What needs to be done:
Once the line with "#55=IFCINDEXEDPOLYGONALFACE((5,7,15,13));" is found in the entries below, repeat it and each following line exactly, up to and including the line with "#58=IFCINDEXEDPOLYGONALFACE((9,11,12,14,13,15,16,10));". Add no other lines.

Collection entries:
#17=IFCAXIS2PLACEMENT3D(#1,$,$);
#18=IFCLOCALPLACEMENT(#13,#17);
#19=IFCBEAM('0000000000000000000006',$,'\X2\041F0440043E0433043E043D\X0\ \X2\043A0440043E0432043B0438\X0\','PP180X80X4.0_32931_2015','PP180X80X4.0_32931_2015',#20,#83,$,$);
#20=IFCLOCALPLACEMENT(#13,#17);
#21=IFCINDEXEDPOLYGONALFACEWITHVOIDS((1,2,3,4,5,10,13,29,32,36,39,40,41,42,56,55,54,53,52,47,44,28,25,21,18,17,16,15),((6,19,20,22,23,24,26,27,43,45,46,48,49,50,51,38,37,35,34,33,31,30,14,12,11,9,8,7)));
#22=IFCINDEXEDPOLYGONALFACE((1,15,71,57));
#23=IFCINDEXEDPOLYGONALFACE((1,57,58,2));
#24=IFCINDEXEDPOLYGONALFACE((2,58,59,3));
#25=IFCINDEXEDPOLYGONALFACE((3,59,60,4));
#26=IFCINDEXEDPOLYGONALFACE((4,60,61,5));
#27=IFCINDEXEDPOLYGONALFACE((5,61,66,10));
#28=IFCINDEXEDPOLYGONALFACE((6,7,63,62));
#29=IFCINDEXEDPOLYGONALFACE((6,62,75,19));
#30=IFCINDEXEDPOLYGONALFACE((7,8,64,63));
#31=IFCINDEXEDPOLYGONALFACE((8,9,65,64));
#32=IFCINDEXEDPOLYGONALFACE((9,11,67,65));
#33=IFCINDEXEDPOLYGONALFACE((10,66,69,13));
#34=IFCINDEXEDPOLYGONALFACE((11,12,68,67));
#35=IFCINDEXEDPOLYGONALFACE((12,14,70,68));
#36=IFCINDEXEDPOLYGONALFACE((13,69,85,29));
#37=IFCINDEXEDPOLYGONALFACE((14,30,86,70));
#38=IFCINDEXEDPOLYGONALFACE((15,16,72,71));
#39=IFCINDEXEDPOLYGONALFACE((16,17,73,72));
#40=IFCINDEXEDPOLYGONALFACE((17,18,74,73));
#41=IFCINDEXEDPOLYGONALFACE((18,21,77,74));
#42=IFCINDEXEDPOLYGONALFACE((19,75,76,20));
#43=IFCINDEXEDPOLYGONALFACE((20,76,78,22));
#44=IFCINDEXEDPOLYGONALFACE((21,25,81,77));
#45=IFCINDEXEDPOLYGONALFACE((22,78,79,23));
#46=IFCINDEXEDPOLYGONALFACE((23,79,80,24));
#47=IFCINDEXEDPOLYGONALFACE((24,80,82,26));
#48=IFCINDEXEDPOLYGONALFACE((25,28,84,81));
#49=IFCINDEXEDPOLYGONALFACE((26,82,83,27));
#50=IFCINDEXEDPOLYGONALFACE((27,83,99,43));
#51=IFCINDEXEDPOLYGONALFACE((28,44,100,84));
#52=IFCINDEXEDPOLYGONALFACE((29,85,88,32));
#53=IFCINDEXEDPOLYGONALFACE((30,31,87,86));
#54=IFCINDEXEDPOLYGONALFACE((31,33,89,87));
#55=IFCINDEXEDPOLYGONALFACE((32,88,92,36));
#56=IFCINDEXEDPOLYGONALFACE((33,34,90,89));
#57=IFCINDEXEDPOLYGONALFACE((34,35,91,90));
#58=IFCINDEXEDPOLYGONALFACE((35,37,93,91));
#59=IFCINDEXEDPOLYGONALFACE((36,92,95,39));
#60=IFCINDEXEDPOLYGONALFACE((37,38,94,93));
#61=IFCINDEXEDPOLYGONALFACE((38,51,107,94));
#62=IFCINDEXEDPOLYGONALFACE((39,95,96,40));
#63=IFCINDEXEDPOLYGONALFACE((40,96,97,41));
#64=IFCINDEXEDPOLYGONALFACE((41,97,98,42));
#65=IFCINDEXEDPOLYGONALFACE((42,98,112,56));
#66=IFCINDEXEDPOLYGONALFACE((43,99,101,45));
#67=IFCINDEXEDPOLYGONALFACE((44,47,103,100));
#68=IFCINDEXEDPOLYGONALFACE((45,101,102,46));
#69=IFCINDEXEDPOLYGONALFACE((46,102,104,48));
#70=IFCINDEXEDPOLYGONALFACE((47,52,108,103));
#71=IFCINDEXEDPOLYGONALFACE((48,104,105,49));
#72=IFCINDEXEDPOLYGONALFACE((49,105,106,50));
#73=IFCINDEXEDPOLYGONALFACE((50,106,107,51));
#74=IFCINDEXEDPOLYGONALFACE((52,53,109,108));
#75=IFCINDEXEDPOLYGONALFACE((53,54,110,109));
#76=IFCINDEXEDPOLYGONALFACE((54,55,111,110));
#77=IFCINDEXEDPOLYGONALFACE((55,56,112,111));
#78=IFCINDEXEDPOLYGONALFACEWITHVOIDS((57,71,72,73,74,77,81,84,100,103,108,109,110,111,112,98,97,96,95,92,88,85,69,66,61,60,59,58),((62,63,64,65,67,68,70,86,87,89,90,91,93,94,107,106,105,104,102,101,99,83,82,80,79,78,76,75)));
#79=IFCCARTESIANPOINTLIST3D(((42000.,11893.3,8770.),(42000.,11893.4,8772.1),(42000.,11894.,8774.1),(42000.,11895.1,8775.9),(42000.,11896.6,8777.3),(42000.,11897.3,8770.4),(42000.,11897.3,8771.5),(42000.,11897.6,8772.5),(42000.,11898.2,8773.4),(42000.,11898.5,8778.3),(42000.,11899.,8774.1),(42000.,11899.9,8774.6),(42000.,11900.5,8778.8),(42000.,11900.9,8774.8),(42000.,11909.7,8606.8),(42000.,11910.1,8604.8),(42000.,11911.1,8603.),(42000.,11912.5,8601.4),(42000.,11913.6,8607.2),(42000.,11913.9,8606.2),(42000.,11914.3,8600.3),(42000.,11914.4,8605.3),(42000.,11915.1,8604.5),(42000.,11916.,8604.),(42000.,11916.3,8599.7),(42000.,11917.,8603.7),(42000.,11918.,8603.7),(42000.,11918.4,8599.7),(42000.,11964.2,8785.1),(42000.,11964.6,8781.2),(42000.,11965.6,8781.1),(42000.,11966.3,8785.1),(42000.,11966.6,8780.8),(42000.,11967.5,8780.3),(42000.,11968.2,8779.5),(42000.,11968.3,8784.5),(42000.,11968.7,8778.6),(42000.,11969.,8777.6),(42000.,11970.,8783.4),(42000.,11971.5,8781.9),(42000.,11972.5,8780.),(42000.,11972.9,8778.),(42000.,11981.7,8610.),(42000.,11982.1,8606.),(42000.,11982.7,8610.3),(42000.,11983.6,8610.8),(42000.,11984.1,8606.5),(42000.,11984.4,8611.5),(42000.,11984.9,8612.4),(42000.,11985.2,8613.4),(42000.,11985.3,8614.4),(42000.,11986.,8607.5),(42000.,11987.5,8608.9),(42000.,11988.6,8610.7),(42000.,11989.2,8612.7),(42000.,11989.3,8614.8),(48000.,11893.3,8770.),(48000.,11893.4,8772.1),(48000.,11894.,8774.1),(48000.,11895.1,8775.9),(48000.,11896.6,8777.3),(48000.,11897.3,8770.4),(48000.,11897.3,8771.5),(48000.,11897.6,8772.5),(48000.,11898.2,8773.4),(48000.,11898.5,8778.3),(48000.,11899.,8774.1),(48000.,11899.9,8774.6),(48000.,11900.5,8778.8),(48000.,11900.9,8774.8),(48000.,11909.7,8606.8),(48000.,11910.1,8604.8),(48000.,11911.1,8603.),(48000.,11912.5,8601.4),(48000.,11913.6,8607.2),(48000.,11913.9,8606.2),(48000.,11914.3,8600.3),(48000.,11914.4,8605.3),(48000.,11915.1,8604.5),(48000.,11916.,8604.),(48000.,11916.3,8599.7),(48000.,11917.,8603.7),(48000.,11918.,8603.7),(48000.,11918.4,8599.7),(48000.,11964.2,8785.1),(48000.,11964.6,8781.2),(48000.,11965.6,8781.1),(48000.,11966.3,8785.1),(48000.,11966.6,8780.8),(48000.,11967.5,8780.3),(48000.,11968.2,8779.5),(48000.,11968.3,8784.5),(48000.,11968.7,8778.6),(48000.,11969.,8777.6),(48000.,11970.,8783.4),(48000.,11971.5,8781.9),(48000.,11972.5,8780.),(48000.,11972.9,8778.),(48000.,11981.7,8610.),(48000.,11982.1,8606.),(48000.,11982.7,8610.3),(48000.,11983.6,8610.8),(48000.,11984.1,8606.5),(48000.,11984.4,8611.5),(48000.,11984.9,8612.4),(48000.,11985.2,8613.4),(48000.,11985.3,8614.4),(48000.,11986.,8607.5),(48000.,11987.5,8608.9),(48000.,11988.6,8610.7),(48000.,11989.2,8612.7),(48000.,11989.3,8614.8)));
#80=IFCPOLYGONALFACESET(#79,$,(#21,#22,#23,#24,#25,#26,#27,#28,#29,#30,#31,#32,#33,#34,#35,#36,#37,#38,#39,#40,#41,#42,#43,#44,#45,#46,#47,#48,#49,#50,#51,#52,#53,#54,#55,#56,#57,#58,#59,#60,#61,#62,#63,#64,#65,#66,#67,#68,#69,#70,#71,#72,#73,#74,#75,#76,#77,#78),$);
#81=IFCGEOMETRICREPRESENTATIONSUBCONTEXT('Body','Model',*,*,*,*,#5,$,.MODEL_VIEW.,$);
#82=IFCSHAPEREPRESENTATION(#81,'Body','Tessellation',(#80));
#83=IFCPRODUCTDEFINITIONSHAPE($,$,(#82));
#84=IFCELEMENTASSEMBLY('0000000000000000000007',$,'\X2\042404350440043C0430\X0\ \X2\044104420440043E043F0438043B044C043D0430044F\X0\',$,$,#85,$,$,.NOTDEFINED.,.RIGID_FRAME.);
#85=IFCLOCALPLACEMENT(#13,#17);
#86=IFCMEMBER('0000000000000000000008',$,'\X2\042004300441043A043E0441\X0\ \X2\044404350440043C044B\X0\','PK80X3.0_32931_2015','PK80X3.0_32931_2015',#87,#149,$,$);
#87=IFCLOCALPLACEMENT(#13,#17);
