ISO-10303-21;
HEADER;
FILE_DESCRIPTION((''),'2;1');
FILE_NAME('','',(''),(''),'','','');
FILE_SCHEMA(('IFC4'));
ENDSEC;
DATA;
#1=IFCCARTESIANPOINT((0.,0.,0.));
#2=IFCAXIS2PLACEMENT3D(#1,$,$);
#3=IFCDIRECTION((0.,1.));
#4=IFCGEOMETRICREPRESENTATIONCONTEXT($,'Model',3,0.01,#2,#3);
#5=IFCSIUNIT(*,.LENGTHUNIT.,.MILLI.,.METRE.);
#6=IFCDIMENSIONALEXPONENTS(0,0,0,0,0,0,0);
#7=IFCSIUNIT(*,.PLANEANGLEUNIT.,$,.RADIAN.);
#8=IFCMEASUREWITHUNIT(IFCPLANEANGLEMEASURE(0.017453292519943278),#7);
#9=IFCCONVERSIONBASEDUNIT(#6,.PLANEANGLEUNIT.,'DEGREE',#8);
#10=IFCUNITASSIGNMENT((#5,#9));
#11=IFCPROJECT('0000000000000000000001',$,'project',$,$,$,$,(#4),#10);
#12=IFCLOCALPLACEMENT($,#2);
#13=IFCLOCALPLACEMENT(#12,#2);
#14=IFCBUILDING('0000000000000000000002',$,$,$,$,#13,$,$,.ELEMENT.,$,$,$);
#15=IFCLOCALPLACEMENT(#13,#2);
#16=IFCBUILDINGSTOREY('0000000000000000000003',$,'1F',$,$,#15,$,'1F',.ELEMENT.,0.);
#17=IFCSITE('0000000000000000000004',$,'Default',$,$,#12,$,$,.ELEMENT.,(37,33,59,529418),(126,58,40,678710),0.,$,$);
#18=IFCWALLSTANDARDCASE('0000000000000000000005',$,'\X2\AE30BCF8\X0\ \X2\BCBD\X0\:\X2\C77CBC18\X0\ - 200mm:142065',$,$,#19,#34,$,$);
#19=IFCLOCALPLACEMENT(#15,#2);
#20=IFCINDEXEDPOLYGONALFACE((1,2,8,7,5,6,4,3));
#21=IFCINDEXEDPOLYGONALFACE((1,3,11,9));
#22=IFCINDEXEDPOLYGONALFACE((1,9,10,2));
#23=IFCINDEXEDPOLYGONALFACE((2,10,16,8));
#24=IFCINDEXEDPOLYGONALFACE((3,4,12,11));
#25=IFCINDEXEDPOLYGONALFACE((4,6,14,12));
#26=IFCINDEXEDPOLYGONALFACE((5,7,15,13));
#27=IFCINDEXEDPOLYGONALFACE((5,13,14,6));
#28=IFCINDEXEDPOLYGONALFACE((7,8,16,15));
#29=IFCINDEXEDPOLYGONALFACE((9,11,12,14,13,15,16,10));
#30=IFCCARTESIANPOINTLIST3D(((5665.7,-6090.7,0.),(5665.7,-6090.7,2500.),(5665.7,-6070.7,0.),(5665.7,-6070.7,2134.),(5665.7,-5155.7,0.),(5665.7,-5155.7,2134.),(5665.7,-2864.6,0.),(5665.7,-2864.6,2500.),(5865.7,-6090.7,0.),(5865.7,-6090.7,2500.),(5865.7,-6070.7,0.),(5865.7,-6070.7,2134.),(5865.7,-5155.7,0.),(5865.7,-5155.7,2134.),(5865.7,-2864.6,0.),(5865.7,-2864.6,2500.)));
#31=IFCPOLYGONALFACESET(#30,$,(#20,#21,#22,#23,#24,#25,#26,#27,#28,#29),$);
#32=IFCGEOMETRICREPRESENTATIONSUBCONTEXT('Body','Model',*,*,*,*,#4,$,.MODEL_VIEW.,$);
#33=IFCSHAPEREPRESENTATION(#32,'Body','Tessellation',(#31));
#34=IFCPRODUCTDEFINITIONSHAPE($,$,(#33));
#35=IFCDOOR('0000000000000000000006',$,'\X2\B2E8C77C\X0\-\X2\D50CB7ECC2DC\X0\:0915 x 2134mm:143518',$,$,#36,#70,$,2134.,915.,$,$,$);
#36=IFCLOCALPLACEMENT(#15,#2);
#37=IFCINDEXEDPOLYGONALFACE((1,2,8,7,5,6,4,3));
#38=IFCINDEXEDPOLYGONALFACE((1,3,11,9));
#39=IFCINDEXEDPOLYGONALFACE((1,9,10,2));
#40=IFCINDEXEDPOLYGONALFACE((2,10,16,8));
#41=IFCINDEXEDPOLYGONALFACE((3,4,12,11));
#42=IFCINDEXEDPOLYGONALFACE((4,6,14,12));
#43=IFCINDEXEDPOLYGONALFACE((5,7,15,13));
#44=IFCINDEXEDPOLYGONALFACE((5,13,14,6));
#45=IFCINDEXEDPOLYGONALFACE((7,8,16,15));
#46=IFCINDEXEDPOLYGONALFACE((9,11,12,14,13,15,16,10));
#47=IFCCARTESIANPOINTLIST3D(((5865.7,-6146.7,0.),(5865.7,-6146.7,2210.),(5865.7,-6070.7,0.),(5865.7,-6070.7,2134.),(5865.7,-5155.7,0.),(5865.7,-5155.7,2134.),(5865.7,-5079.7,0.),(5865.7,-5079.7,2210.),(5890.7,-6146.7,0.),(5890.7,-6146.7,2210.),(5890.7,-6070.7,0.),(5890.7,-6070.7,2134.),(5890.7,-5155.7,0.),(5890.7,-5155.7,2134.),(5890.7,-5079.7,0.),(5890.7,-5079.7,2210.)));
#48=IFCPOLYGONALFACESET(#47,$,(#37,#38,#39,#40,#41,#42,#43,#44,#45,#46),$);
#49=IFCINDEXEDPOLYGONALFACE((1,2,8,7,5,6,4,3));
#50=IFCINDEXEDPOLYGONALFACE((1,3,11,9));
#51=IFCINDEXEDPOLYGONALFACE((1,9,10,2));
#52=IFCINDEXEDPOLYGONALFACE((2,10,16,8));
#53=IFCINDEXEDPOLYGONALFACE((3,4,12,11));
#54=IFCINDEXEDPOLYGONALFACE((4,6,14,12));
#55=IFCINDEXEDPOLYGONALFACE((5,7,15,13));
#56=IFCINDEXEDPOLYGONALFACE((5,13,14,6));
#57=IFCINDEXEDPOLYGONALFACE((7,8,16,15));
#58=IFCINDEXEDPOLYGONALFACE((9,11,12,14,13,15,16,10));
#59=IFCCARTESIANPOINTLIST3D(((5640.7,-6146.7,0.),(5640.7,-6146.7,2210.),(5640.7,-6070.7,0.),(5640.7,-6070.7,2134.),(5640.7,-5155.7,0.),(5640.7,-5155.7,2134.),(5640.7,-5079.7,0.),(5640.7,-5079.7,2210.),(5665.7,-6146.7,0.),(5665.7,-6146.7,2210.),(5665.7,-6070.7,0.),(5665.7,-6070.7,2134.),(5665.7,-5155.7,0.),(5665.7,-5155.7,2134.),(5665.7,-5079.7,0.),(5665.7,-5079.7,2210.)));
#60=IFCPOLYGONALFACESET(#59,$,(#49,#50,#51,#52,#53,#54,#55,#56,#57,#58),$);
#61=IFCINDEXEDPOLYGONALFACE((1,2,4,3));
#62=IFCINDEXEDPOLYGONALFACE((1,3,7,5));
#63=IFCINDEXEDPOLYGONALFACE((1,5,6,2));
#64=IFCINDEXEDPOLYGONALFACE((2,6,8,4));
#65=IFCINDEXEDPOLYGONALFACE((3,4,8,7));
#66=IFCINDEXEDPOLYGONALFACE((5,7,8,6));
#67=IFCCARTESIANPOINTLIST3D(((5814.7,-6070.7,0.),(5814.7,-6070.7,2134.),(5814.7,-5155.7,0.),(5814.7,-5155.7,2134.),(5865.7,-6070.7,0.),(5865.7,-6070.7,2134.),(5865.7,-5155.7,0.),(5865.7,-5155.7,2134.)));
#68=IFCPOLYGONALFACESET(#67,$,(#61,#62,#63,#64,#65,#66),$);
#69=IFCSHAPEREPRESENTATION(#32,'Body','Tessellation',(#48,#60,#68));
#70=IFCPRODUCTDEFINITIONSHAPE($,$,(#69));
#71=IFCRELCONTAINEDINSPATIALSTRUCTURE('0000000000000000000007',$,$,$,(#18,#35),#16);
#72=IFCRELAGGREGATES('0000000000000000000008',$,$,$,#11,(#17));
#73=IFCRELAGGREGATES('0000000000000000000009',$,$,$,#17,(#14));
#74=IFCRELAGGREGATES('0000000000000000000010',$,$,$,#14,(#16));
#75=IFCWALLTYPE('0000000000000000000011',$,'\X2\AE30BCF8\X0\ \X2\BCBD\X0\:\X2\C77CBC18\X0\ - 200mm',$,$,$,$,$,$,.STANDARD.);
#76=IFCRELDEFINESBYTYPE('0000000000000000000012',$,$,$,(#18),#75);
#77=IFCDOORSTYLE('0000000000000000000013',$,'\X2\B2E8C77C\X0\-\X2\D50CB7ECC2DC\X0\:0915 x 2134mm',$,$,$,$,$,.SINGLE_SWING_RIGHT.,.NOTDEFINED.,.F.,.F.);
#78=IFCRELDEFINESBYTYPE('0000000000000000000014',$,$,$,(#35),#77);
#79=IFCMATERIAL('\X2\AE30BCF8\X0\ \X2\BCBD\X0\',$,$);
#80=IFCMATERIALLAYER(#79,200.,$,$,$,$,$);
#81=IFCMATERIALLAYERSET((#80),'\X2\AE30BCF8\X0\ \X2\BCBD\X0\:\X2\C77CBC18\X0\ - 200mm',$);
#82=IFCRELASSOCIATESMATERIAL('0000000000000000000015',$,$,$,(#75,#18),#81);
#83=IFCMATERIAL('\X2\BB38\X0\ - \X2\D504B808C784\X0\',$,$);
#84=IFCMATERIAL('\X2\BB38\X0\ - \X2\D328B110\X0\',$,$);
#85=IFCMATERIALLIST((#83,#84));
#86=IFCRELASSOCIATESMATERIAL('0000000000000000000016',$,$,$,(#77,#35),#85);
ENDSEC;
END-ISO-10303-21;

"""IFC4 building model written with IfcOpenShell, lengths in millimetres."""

from ifc_helpers import new_model, entity, si_unit, converted_unit, direction, frame, frame_2d, origin, place, context, subcontext, project, spatial, polyline, rectangle, outline, extrude, source, transform, mapped, material, material_list, layer, layer_set, layer_usage, type_object, type_shapes, element, fill, save


model = new_model("IFC4")

# Units and contexts
model_context = context("Model", 3, precision=0.01, world=origin(), true_north=direction((0.0, 1.0)))
body_context = subcontext(model_context, "Body", "Model", "MODEL_VIEW")
ifc_project = project(units=[si_unit("LENGTHUNIT", "METRE", prefix="MILLI"), converted_unit("PLANEANGLEUNIT", "DEGREE", entity("IfcPlaneAngleMeasure", 0.017453292519943278), si_unit("PLANEANGLEUNIT", "RADIAN"), dimensions=[0, 0, 0, 0, 0, 0, 0])], contexts=[model_context])

# Site, building, storey
site_placement = place(None, origin())
site = spatial("IfcSite", under=ifc_project, at=site_placement, Name="Default", CompositionType="ELEMENT", RefLatitude=(37, 33, 59, 529418), RefLongitude=(126, 58, 40, 678710), RefElevation=0.0)
building_placement = place(site_placement, origin())
building = spatial("IfcBuilding", under=site, at=building_placement, CompositionType="ELEMENT")
storey_placement = place(building_placement, origin())
storey = spatial("IfcBuildingStorey", under=building, at=storey_placement, Name="1F", LongName="1F", CompositionType="ELEMENT", Elevation=0.0)

# Shared definitions
ifc_material_1 = material(Name="기본 벽")
ifc_layer = layer(ifc_material_1, 200.0)
ifc_layer_set = layer_set([ifc_layer], Name="기본 벽:일반 - 200mm")
wall_type = type_object("IfcWallType", Name="기본 벽:일반 - 200mm", PredefinedType="STANDARD", material=ifc_layer_set)

# Wall, opening, door
ifc_layer_usage_1 = layer_usage(ifc_layer_set, "AXIS2", "NEGATIVE", 100.0)
wall_1_placement = place(storey_placement, frame((5765.7, -2864.6, 0.0), z_axis=(0.0, 0.0, 1.0), x_axis=(0.0, -1.0, 0.0)))
wall_1 = element("IfcWallStandardCase", 1, at=wall_1_placement, inside=storey, type_object=wall_type, material=ifc_layer_usage_1, Name="기본 벽:일반 - 200mm:142065", context=body_context, shape_type="SweptSolid", body=[
    extrude(rectangle(XDim=3226.1, YDim=200.0, at=frame_2d((1613.1, 0.0), x_axis=(-1.0, 0.0))), origin(), (0.0, 0.0, 1.0), 2500.0),
])
opening_1_placement = place(wall_1_placement, frame((2291.1, -100.0, 0.0)))
opening_1 = element("IfcOpeningElement", 2, at=opening_1_placement, cuts=wall_1, ObjectType="Opening", context=body_context, shape_type="SweptSolid", body=[
    extrude(rectangle(XDim=915.0, YDim=2134.0, at=frame_2d((1067.0, 457.5), x_axis=(0.0, 1.0))), frame((0.0, 0.0, 0.0), z_axis=(0.0, 1.0, 0.0), x_axis=(0.0, 0.0, 1.0)), (0.0, 0.0, 1.0), 200.0),
])
ifc_material_2 = material(Name="문 - 프레임")
ifc_material_3 = material(Name="문 - 패널")
ifc_material_list_1 = material_list([ifc_material_2, ifc_material_3])
door_style_1 = type_object("IfcDoorStyle", Name="단일-플러시:0915 x 2134mm", ConstructionType="NOTDEFINED", OperationType="SINGLE_SWING_RIGHT", ParameterTakesPrecedence=False, Sizeable=False, material=ifc_material_list_1)
shared_shape_1 = source(origin(), body_context, "Body", "SweptSolid", [
    extrude(outline(polyline([(-533.5, -1124.0), (533.5, -1124.0), (533.5, 1086.0), (457.5, 1086.0), (457.5, -1048.0), (-457.5, -1048.0), (-457.5, 1086.0), (-533.5, 1086.0), (-533.5, -1124.0)])), frame((457.5, 200.0, 1086.0), z_axis=(0.0, 1.0, 0.0), x_axis=(1.0, 0.0, 0.0)), (0.0, 0.0, 1.0), 25.0),
    extrude(outline(polyline([(-1124.0, -533.5), (1086.0, -533.5), (1086.0, -457.5), (-1048.0, -457.5), (-1048.0, 457.5), (1086.0, 457.5), (1086.0, 533.5), (-1124.0, 533.5), (-1124.0, -533.5)])), frame((457.5, -25.0, 1086.0), z_axis=(0.0, 1.0, 0.0), x_axis=(0.0, 0.0, -1.0)), (0.0, 0.0, 1.0), 25.0),
    extrude(rectangle(XDim=51.0, YDim=915.0, at=frame_2d((0.0, 0.0), x_axis=(1.0, 0.0))), frame((457.5, 174.5, 0.0), z_axis=(0.0, 0.0, 1.0), x_axis=(0.0, 1.0, 0.0)), (0.0, 0.0, 1.0), 2134.0),
])
type_shapes(door_style_1, [shared_shape_1])
door_1_placement = place(opening_1_placement, origin())
door_1 = element("IfcDoor", 3, at=door_1_placement, inside=storey, type_object=door_style_1, material=ifc_material_list_1, Name="단일-플러시:0915 x 2134mm:143518", OverallHeight=2134.0, OverallWidth=915.0, context=body_context, shape_type="MappedRepresentation", body=[
    mapped(shared_shape_1, transform((0.0, 0.0, 0.0), scale=1.0)),
])
fill(opening_1, door_1)

save(model, "model.ifc")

Answer:
#55=IFCINDEXEDPOLYGONALFACE((5,7,15,13));
#56=IFCINDEXEDPOLYGONALFACE((5,13,14,6));
#57=IFCINDEXEDPOLYGONALFACE((7,8,16,15));
#58=IFCINDEXEDPOLYGONALFACE((9,11,12,14,13,15,16,10));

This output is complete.